Par l’éthique professionnelle, la direction a mis l’accent sur une communication ouverte et honnête, tant en interne qu’en externe. Chaque décision doit être justifiée, chaque action doit être expliquée pour restaurer la confiance avec les usagers et les partenaires.
Cette approche exclut les raccourcis budgétaires et les promesses irréalistes. « Pas de dépenses sans impact, pas d’engagement sans vision », résume-t-on.
Par ailleurs, en parlant de la transparence et la redevabilité, les dirigeants doivent rendre compte de leurs choix et leurs actes, et chaque membre de l’organisation doit être responsabilisé pour contribuer à la transformation de l’entreprise.

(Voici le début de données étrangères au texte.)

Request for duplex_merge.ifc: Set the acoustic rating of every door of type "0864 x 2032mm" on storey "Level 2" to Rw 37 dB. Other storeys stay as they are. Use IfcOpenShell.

First a look at what the model holds.

```python
import ifcopenshell
import ifcopenshell.util.element

model = ifcopenshell.open("duplex_merge.ifc")
print(model.schema)
storey = next(s for s in model.by_type("IfcBuildingStorey") if s.Name == "Level 2")
doors = [e for e in ifcopenshell.util.element.get_decomposition(storey) if e.is_a("IfcDoor")]
seen = {}
for e in doors:
    element_type = ifcopenshell.util.element.get_type(e)
    key = (element_type.Name if element_type != e and element_type else None, ifcopenshell.util.element.get_pset(e, "Pset_DoorCommon", "AcousticRating"))
    seen[key] = seen.get(key, 0) + 1
for (name, value), count in sorted(seen.items(), key=str):
    print(count, "x", name, "|", value)
```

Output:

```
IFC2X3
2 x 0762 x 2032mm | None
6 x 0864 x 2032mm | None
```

```python
import ifcopenshell
import ifcopenshell.api.pset
import ifcopenshell.util.element

model = ifcopenshell.open("duplex_merge.ifc")

storey = next(s for s in model.by_type("IfcBuildingStorey") if s.Name == "Level 2")
doors = [e for e in ifcopenshell.util.element.get_decomposition(storey) if e.is_a("IfcDoor")]

count = 0
for e in doors:
    element_type = ifcopenshell.util.element.get_type(e)
    if element_type in (None, e) or element_type.Name != "0864 x 2032mm":
        continue
    # add_pset returns the element's existing set when there is one.
    pset = ifcopenshell.api.pset.add_pset(model, product=e, name="Pset_DoorCommon")
    ifcopenshell.api.pset.edit_pset(model, pset=pset, properties={"AcousticRating": "Rw 37 dB"})
    count += 1

print(count, "doors updated")

model.write("duplex_merge_v2.ifc")
```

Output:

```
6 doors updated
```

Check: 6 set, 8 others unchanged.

S’agissant du retour à la planification stratégique, la société a annoncé qu’ il est temps de mettre fin à la gestion au jour le jour dictée par l’urgence ! Désormais, chaque projet et chaque investissement sont pensés dans une logique de long terme, avec une vision claire et méthodique.
En outre, renseigne l’entreprise, l’un des aspects les plus novateurs de cette gouvernance réside dans sa stratégie d’investissement centrée sur la valeur humaine.
« Loin des grands effets d’annonce ou des projets spectaculaires sans fondements durables, la priorité est donnée à la formation continue, à la montée en compétences des agents, et à la construction d’une culture d’entreprise robuste», a déclaré la source.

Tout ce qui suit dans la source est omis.